Exercise: Below are the records. Gather each line that holds "Body".

Collected data entries
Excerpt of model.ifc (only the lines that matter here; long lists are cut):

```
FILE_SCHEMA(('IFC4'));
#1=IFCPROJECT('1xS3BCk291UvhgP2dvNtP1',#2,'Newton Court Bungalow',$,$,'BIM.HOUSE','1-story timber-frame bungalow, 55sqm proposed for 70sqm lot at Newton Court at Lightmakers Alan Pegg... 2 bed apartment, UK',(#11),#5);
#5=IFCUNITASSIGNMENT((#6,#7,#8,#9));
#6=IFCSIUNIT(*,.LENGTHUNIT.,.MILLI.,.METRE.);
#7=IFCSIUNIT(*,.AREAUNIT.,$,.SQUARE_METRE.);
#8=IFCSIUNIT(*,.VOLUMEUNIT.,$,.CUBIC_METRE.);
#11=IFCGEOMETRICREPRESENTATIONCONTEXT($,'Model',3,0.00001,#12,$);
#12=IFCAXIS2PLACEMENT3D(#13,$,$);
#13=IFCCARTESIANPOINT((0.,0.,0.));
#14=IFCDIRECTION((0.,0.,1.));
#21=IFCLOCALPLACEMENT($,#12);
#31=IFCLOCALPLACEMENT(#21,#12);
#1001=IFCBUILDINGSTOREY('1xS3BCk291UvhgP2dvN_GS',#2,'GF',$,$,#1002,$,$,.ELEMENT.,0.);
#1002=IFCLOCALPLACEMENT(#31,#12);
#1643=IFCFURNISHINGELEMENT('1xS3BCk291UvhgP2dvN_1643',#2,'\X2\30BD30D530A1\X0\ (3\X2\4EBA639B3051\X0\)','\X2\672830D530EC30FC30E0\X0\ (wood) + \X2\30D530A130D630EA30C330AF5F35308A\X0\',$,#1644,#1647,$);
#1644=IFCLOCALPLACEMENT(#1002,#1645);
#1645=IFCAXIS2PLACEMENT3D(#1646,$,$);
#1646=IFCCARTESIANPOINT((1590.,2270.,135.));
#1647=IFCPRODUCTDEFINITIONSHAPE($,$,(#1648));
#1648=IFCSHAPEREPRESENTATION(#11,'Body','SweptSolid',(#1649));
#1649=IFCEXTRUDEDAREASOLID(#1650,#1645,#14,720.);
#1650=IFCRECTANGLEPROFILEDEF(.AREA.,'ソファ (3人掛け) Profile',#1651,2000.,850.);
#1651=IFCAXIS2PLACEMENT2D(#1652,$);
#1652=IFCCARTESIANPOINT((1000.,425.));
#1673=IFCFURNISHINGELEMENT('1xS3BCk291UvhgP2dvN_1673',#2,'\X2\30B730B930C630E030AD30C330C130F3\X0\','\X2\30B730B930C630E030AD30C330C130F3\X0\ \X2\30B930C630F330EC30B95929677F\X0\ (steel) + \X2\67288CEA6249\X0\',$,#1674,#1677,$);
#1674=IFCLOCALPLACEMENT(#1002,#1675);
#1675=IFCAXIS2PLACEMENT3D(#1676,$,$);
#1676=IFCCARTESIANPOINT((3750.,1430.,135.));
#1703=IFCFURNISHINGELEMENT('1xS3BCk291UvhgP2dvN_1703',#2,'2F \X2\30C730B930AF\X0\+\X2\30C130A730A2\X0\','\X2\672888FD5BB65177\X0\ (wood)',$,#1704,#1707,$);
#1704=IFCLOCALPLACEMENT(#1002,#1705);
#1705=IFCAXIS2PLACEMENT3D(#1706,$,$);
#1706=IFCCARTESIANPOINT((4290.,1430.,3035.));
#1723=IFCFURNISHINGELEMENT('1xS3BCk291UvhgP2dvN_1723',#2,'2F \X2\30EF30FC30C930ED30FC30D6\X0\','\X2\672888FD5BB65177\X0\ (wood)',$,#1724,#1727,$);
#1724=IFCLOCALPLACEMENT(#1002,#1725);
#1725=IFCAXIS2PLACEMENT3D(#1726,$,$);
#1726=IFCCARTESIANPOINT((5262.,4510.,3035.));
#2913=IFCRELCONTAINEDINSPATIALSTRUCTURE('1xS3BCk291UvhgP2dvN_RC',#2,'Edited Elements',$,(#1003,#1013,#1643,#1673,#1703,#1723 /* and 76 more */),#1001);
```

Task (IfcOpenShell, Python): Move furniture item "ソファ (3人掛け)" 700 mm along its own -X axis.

```python
import ifcopenshell
import ifcopenshell.api.geometry
import ifcopenshell.util.placement
import ifcopenshell.util.unit

model = ifcopenshell.open("model.ifc")
unit_scale = ifcopenshell.util.unit.calculate_unit_scale(model)

item = model.by_guid("1xS3BCk291UvhgP2dvN_1643")
matrix = ifcopenshell.util.placement.get_local_placement(item.ObjectPlacement)
matrix[:3, 3] -= matrix[:3, 0] * 0.7 / unit_scale
ifcopenshell.api.geometry.edit_object_placement(model, product=item, matrix=matrix, is_si=False)

print(ifcopenshell.util.placement.get_local_placement(item.ObjectPlacement).round(3) + 0.0)

model.write("model_updated.ifc")
```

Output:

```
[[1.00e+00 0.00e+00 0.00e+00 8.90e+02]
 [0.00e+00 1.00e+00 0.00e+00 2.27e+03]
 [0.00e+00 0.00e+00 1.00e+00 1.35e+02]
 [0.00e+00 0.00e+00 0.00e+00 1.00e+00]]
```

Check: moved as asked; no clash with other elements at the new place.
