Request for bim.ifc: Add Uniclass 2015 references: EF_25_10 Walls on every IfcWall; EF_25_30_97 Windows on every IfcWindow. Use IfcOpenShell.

First a look at what the model holds.

```python
import ifcopenshell

model = ifcopenshell.open("bim.ifc")
print(model.schema)
print("classifications:", [c.Name for c in model.by_type("IfcClassification")])
for ifc_class in ("IfcDoor", "IfcRoof", "IfcStair", "IfcWall", "IfcWindow"):
    print(ifc_class, len(model.by_type(ifc_class)))
```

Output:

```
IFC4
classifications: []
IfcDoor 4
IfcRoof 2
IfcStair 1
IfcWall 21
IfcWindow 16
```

```python
import ifcopenshell
import ifcopenshell.api.classification

model = ifcopenshell.open("bim.ifc")

system = ifcopenshell.api.classification.add_classification(model, classification="Uniclass 2015")

codes = {
    "IfcWall": ("EF_25_10", "Walls"),
    "IfcWindow": ("EF_25_30_97", "Windows"),
}
for ifc_class, (code, name) in codes.items():
    products = model.by_type(ifc_class)
    ifcopenshell.api.classification.add_reference(
        model, products=products, classification=system, identification=code, name=name
    )
    print(code, len(products))

model.write("bim-out.ifc")
```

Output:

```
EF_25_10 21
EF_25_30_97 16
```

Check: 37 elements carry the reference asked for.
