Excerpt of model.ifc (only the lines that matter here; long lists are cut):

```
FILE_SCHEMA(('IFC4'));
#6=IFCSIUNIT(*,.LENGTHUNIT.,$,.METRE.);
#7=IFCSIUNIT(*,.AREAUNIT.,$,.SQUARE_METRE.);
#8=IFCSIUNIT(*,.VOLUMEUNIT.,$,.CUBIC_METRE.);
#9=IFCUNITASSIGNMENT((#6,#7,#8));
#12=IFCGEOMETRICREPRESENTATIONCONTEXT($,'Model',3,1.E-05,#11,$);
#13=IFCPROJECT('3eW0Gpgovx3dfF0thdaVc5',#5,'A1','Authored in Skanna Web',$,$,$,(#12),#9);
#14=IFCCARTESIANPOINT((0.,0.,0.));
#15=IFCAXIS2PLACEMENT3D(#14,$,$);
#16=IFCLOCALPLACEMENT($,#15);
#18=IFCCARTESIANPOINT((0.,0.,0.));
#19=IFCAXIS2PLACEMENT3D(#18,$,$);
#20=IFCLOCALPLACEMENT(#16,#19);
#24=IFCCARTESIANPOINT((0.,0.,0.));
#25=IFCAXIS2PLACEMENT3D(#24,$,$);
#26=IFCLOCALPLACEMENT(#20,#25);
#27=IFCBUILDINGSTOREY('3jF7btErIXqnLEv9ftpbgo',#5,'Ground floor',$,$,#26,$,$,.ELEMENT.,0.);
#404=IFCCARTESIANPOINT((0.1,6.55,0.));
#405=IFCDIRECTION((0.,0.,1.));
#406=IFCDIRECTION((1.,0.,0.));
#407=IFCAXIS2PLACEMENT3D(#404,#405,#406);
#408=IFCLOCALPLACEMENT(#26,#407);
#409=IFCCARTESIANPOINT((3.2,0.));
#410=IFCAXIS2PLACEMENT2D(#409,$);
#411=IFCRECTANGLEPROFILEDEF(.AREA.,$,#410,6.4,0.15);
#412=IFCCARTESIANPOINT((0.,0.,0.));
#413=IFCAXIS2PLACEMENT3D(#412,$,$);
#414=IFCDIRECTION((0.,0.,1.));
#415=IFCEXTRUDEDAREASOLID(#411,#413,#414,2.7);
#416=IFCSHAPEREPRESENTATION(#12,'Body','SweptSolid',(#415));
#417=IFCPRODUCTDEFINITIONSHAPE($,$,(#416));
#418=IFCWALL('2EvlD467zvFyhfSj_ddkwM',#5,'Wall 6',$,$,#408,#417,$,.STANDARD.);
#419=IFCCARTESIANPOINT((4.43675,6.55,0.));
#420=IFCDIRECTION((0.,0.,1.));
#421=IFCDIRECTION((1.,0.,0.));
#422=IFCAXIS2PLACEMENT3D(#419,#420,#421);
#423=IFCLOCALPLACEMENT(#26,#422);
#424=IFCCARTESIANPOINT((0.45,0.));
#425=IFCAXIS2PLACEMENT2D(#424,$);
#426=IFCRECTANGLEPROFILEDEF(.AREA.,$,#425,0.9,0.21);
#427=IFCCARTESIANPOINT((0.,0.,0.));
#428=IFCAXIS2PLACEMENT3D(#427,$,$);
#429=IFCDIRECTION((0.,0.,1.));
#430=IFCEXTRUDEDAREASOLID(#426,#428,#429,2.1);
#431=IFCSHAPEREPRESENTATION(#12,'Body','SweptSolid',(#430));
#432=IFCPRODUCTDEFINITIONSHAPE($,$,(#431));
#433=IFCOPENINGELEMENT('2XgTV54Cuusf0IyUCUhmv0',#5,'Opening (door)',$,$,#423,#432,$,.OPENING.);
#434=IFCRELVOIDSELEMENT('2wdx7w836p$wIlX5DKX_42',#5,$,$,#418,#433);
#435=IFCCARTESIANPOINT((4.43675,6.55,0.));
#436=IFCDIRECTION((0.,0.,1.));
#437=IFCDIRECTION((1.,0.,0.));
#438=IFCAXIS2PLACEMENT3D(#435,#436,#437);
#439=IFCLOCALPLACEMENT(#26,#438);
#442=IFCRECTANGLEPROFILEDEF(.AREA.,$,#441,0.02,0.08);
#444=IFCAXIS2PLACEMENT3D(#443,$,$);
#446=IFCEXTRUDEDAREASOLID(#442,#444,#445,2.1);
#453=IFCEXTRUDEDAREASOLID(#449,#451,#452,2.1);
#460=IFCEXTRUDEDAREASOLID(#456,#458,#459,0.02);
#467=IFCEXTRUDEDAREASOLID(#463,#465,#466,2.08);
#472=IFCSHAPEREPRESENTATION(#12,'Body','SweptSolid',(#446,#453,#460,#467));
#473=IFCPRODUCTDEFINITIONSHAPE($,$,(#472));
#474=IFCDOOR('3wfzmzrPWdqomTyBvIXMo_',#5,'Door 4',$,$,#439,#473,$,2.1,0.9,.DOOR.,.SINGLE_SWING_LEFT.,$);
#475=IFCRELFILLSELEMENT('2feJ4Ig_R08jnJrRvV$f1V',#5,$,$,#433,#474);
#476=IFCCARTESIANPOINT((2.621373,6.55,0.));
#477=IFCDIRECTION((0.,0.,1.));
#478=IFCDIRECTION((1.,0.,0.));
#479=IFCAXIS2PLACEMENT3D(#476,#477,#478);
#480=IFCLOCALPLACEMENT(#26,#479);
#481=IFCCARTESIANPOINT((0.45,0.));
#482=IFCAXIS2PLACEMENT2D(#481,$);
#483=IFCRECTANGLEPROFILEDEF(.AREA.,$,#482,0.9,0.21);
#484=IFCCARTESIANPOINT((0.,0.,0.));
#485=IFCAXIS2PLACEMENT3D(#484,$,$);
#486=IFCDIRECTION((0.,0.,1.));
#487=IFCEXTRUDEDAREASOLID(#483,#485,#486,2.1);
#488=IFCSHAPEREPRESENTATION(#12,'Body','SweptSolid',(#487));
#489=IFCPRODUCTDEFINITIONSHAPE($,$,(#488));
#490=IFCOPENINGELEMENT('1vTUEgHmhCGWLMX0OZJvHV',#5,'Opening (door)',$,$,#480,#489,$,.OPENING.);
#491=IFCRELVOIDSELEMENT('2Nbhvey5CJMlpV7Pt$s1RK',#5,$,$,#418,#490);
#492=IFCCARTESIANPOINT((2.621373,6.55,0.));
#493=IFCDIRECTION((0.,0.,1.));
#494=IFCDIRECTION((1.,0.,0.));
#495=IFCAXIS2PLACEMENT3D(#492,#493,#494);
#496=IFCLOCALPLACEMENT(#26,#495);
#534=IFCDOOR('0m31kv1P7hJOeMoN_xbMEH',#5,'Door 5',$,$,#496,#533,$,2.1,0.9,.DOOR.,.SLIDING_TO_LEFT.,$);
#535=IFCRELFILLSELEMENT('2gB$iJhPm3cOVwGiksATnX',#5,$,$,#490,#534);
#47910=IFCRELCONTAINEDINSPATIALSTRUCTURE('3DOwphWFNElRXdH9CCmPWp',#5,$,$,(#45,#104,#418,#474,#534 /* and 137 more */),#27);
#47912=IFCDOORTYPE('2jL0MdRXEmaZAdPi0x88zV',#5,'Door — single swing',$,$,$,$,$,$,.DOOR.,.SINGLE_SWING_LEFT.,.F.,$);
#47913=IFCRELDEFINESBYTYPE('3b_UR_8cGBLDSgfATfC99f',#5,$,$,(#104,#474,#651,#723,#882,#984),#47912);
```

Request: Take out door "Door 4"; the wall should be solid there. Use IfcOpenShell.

```python
import ifcopenshell
import ifcopenshell.api.feature
import ifcopenshell.api.root
import ifcopenshell.geom
import ifcopenshell.util.shape

model = ifcopenshell.open("model.ifc")
settings = ifcopenshell.geom.settings()


def volume(element):
    """Net volume in cubic metres, openings subtracted."""
    shape = ifcopenshell.geom.create_shape(settings, element)
    return ifcopenshell.util.shape.get_volume(shape.geometry)


door = model.by_guid("3wfzmzrPWdqomTyBvIXMo_")
opening = door.FillsVoids[0].RelatingOpeningElement
wall = opening.VoidsElements[0].RelatingBuildingElement
before = volume(wall)

ifcopenshell.api.root.remove_product(model, product=door)
ifcopenshell.api.feature.remove_feature(model, feature=opening)

after = volume(wall)

print(f"wall volume {before:.3f} -> {after:.3f} m3")

model.write("model-out.ifc")
```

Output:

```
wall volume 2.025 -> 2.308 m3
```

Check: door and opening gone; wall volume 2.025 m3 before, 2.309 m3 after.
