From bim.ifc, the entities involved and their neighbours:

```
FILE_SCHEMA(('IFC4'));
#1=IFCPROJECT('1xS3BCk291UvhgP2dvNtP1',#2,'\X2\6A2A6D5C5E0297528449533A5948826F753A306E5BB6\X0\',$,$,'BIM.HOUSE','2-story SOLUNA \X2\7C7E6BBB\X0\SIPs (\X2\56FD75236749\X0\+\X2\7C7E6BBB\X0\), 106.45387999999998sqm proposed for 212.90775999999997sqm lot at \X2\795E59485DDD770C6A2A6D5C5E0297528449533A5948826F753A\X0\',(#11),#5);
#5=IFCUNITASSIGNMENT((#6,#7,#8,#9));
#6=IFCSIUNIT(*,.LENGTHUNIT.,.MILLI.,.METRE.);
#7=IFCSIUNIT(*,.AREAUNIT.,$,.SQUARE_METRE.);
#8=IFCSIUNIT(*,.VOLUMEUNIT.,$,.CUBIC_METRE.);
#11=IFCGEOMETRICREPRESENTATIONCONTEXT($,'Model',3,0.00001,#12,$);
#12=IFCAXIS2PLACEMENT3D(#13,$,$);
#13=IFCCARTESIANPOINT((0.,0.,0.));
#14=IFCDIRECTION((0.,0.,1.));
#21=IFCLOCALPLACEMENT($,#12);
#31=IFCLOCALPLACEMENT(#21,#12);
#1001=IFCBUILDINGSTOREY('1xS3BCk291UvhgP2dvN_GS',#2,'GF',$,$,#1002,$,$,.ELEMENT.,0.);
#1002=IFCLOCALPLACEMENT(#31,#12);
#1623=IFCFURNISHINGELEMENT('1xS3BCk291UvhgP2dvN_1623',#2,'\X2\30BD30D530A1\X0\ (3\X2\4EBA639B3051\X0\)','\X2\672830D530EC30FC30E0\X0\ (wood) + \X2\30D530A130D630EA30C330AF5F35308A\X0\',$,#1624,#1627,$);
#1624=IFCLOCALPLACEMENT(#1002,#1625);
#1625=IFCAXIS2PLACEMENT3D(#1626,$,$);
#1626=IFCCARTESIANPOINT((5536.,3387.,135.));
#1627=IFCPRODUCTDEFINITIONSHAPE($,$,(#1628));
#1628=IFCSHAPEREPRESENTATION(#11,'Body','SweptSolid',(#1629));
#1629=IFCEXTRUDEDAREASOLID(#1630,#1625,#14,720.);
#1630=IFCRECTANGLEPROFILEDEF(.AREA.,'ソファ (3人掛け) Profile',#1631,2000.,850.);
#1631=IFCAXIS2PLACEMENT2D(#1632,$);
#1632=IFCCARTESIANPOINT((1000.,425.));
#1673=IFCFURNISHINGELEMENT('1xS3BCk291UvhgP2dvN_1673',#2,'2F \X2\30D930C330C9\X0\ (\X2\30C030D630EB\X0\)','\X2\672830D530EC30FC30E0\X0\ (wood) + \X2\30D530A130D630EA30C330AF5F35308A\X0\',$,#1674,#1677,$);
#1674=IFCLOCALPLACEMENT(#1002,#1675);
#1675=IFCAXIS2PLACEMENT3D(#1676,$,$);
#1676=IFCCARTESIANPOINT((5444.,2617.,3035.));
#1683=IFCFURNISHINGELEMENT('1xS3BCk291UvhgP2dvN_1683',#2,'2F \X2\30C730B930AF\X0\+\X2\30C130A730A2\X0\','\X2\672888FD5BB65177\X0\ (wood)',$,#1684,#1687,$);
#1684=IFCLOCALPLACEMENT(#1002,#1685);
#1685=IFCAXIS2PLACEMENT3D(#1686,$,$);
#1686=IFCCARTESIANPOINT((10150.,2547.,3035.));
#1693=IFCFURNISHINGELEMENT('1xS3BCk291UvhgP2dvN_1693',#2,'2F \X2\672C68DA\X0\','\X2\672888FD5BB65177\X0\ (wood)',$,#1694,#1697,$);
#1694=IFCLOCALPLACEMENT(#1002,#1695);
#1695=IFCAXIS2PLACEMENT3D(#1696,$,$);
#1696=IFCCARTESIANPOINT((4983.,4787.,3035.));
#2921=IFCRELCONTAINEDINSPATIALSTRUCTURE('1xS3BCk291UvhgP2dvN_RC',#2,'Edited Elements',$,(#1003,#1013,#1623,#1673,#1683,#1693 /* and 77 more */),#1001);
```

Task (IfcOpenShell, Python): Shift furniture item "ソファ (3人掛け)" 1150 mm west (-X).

```python
import ifcopenshell
import ifcopenshell.api.geometry
import ifcopenshell.util.placement
import ifcopenshell.util.unit

model = ifcopenshell.open("bim.ifc")
unit_scale = ifcopenshell.util.unit.calculate_unit_scale(model)

item = model.by_id(1623)
matrix = ifcopenshell.util.placement.get_local_placement(item.ObjectPlacement)
matrix[0, 3] -= 1.15 / unit_scale
ifcopenshell.api.geometry.edit_object_placement(model, product=item, matrix=matrix, is_si=False)

print(ifcopenshell.util.placement.get_local_placement(item.ObjectPlacement).round(3) + 0.0)

model.write("bim_rev.ifc")
```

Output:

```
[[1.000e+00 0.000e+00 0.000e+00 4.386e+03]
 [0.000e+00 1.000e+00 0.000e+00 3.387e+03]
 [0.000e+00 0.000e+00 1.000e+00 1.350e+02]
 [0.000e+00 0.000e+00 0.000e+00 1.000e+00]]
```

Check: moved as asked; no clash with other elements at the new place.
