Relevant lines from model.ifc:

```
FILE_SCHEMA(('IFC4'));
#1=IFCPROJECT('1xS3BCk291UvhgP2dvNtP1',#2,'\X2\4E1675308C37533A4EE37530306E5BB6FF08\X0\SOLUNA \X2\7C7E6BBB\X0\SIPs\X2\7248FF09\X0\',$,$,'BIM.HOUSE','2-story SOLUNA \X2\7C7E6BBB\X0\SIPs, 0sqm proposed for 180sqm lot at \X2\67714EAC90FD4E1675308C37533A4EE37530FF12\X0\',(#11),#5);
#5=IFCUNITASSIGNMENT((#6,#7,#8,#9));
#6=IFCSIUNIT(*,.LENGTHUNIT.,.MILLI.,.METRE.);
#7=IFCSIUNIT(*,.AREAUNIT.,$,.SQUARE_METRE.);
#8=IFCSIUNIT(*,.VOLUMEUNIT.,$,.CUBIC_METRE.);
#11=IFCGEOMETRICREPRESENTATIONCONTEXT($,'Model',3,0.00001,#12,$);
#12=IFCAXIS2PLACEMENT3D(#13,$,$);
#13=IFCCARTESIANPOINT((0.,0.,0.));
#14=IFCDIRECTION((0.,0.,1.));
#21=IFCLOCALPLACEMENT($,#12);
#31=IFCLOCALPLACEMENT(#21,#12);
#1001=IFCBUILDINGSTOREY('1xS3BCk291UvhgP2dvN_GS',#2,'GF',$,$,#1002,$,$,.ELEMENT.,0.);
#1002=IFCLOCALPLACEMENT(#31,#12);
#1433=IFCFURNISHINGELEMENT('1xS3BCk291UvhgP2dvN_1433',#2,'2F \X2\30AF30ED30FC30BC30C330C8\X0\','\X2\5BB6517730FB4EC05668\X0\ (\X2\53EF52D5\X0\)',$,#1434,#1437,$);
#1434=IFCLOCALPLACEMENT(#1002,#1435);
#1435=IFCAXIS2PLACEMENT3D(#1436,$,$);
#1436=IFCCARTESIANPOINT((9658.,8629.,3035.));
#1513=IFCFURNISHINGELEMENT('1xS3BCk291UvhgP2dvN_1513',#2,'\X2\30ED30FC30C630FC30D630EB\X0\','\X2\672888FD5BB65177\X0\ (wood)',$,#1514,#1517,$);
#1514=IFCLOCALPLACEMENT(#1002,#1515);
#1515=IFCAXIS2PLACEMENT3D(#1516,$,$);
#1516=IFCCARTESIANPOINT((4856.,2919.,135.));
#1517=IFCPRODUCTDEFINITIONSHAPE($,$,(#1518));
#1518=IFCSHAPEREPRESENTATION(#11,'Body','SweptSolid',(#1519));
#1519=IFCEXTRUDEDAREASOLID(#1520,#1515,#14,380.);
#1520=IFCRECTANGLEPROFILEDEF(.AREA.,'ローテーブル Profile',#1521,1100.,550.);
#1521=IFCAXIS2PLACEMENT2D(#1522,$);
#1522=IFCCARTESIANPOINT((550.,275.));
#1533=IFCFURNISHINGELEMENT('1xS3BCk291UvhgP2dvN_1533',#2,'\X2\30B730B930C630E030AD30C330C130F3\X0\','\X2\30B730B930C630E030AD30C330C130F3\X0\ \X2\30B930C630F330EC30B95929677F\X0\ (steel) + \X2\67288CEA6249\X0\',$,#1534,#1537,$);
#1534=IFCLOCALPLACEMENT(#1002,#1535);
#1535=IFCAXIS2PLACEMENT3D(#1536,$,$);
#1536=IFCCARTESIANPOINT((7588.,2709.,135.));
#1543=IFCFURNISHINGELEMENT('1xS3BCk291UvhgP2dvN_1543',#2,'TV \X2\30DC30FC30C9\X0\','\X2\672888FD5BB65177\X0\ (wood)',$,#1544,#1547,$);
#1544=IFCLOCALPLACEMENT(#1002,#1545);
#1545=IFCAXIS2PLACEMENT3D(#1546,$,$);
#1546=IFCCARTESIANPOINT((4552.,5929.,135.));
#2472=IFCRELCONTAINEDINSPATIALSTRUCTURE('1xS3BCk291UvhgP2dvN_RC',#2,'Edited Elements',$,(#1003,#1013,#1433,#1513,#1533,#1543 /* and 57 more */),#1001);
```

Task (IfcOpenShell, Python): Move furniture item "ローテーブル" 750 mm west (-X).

```python
import ifcopenshell
import ifcopenshell.api.geometry
import ifcopenshell.util.placement
import ifcopenshell.util.unit

model = ifcopenshell.open("model.ifc")
unit_scale = ifcopenshell.util.unit.calculate_unit_scale(model)

item = model.by_id(1513)
matrix = ifcopenshell.util.placement.get_local_placement(item.ObjectPlacement)
matrix[0, 3] -= 0.75 / unit_scale
ifcopenshell.api.geometry.edit_object_placement(model, product=item, matrix=matrix, is_si=False)

print(ifcopenshell.util.placement.get_local_placement(item.ObjectPlacement).round(3) + 0.0)

model.write("model_v2.ifc")
```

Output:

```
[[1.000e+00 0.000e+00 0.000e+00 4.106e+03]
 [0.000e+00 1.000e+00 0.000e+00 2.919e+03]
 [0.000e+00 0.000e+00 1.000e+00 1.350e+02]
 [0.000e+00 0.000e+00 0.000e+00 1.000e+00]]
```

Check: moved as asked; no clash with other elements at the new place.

Worked solution:
#1648=IFCSHAPEREPRESENTATION(#11,'Body','SweptSolid',(#1649));
#416=IFCSHAPEREPRESENTATION(#12,'Body','SweptSolid',(#415));
#431=IFCSHAPEREPRESENTATION(#12,'Body','SweptSolid',(#430));
#472=IFCSHAPEREPRESENTATION(#12,'Body','SweptSolid',(#446,#453,#460,#467));
#488=IFCSHAPEREPRESENTATION(#12,'Body','SweptSolid',(#487));
#1628=IFCSHAPEREPRESENTATION(#11,'Body','SweptSolid',(#1629));
#1518=IFCSHAPEREPRESENTATION(#11,'Body','SweptSolid',(#1519));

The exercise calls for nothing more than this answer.